His Blood be Upon Us

The Body and Blood of Christ (Corpus Christi). fr Dominic White reflects on how the Holy Eucharist connects us to God through the sacrificed body of Jesus Christ.

Last Bank Holiday, a friend took me to St. Paul’s Abbey in Jarrow, near Newcastle. This is where the Venerable Bede lived a simple and holy life, as a spiritual guide and scholar, as humble as he was revered. The Saxon church which was part of Bede’s monastery has been incorporated into the existing Anglican church. It’s surrounded by the ruins of the medieval abbey, and a beautiful park, which has a big xylophone that gave us endless pleasure (see soundplay.com). But the most wonderful thing of all was seeing adults and children playing together in the ruins and park, and no one was glued to their phone.

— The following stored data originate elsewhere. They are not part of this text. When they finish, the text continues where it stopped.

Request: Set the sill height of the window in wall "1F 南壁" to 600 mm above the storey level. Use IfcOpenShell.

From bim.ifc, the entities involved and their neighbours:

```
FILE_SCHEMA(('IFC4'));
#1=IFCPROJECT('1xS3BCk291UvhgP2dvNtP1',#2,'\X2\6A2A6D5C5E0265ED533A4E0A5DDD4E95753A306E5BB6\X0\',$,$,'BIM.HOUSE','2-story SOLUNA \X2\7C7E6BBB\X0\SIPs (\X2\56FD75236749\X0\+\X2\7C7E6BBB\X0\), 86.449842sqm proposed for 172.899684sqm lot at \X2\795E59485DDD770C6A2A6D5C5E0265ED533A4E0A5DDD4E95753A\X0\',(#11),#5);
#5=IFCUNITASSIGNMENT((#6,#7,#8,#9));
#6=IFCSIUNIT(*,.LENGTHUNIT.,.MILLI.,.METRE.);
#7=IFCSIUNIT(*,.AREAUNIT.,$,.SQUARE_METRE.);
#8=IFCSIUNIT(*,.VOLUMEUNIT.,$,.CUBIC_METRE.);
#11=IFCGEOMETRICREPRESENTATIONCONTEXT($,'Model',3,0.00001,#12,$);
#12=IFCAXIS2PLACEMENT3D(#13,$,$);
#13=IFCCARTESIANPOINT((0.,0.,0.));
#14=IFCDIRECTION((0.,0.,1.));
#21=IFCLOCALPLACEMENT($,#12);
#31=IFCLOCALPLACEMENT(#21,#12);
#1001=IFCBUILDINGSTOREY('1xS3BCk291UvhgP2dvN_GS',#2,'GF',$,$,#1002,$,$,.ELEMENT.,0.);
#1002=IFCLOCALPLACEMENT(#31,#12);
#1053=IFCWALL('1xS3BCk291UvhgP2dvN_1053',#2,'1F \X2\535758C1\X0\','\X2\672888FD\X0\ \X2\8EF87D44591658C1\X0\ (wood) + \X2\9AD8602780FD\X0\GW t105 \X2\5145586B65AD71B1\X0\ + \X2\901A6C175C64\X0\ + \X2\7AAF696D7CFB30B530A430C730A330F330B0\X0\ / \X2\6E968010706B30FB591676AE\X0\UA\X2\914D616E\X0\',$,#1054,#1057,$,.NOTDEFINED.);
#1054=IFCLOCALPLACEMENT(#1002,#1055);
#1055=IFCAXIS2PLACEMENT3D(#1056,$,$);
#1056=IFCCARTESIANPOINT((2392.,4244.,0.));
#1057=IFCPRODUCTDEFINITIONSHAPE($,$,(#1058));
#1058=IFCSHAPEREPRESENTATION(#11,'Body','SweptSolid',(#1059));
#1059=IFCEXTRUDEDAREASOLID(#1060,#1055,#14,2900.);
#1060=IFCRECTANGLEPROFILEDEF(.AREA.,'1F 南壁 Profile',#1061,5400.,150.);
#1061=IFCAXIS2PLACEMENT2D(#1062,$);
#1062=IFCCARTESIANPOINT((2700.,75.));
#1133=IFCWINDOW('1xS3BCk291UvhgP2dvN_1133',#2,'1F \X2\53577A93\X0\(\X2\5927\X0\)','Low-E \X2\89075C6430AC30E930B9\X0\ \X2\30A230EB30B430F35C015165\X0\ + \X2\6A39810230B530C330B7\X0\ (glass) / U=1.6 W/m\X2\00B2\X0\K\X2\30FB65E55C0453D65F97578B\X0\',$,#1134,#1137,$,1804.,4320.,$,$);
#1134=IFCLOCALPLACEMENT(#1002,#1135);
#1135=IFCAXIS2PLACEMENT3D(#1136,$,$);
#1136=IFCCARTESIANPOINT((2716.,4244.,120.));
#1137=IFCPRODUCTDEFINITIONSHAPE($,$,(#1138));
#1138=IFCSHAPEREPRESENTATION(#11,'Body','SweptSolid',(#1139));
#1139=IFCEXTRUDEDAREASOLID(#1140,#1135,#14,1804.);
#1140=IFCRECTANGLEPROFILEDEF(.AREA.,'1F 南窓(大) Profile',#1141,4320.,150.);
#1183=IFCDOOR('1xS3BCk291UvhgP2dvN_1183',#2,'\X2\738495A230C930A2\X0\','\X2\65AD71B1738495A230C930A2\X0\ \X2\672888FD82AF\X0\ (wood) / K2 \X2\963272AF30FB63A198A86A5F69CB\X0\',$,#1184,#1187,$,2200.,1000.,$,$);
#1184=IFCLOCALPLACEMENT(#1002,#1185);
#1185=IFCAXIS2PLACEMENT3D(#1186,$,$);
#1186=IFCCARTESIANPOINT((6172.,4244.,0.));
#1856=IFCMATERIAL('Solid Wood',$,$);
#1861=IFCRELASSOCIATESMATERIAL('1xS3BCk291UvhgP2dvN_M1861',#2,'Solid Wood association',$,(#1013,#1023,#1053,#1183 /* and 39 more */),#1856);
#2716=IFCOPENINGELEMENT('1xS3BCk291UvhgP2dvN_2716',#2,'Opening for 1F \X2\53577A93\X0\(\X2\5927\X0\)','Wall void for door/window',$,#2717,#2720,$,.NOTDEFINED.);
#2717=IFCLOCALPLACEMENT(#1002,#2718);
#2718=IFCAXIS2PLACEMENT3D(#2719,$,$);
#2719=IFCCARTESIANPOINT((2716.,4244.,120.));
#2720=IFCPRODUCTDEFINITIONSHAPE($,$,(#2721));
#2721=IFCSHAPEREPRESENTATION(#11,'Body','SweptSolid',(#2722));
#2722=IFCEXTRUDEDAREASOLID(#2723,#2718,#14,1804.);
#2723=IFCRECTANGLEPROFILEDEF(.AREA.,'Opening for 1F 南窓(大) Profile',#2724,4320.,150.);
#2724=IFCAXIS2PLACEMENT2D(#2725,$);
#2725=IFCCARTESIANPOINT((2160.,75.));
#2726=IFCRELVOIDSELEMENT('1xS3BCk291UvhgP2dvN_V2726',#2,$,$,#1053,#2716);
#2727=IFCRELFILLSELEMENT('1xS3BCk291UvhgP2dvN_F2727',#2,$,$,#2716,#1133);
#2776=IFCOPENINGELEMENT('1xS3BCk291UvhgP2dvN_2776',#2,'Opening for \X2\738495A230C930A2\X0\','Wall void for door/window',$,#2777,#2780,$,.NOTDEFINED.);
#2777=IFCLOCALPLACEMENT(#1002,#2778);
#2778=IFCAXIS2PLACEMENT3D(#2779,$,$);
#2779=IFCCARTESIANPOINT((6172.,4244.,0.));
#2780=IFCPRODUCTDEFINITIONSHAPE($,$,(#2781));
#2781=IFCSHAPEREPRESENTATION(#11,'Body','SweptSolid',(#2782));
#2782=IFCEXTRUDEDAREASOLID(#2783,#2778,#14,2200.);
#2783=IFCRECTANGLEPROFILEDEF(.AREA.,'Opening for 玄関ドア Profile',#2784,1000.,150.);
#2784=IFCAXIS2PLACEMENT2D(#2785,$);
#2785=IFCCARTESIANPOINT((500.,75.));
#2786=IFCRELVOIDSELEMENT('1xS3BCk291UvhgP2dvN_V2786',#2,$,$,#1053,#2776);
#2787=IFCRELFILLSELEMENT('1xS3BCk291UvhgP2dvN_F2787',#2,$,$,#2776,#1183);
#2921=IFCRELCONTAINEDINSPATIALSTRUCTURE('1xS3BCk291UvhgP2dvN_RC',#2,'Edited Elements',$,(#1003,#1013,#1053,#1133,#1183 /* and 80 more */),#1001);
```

```python
import numpy as np
import ifcopenshell
import ifcopenshell.api.geometry
import ifcopenshell.geom
import ifcopenshell.util.element
import ifcopenshell.util.placement
import ifcopenshell.util.shape
import ifcopenshell.util.unit

model = ifcopenshell.open("bim.ifc")
unit_scale = ifcopenshell.util.unit.calculate_unit_scale(model)

window = model.by_id(1133)
opening = window.FillsVoids[0].RelatingOpeningElement
storey = ifcopenshell.util.element.get_container(window, ifc_class="IfcBuildingStorey")
level = ifcopenshell.util.placement.get_local_placement(storey.ObjectPlacement)[2, 3]

# The opening's origin need not be at the sill, so measure its lowest point.
shape = ifcopenshell.geom.create_shape(ifcopenshell.geom.settings(), opening)
bottom = ifcopenshell.util.shape.get_shape_bottom_elevation(shape, shape.geometry) / unit_scale
dz = level + 600.0 - bottom

shift = np.array([0.0, 0.0, dz])
# The window is not placed relative to its opening, so move both.
for product in (opening, window):
    matrix = ifcopenshell.util.placement.get_local_placement(product.ObjectPlacement)
    matrix[:3, 3] += shift
    ifcopenshell.api.geometry.edit_object_placement(model, product=product, matrix=matrix, is_si=False)

print(f"moved by {dz * unit_scale:+.3f} m")

model.write("bim_rev.ifc")
```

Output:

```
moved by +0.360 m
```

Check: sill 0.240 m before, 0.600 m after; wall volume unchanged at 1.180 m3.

Addiction to technology, the virtual world of the screen, is simply the latest form of an ancient temptation: the desire to escape from the physical world, to escape from our bodies into an imaginary, hyper-controllable world of the mind. And it flows back into the body, as the “perfect” bodies on the front of magazines may leave us unhappy with our own. (These “perfect” bodies don’t really exist, of course – they’re just the product of photo software, and as such are an abuse of both the body and of the gift of technology.) Previous versions of this include treating all sensory pleasures, whether food and drink, sex or art, as more or less sinful or at least worthless; regarding the body as a burden because of its propensity to illness; or regarding the physical world as evil (the position of the Gnostics and Cathars).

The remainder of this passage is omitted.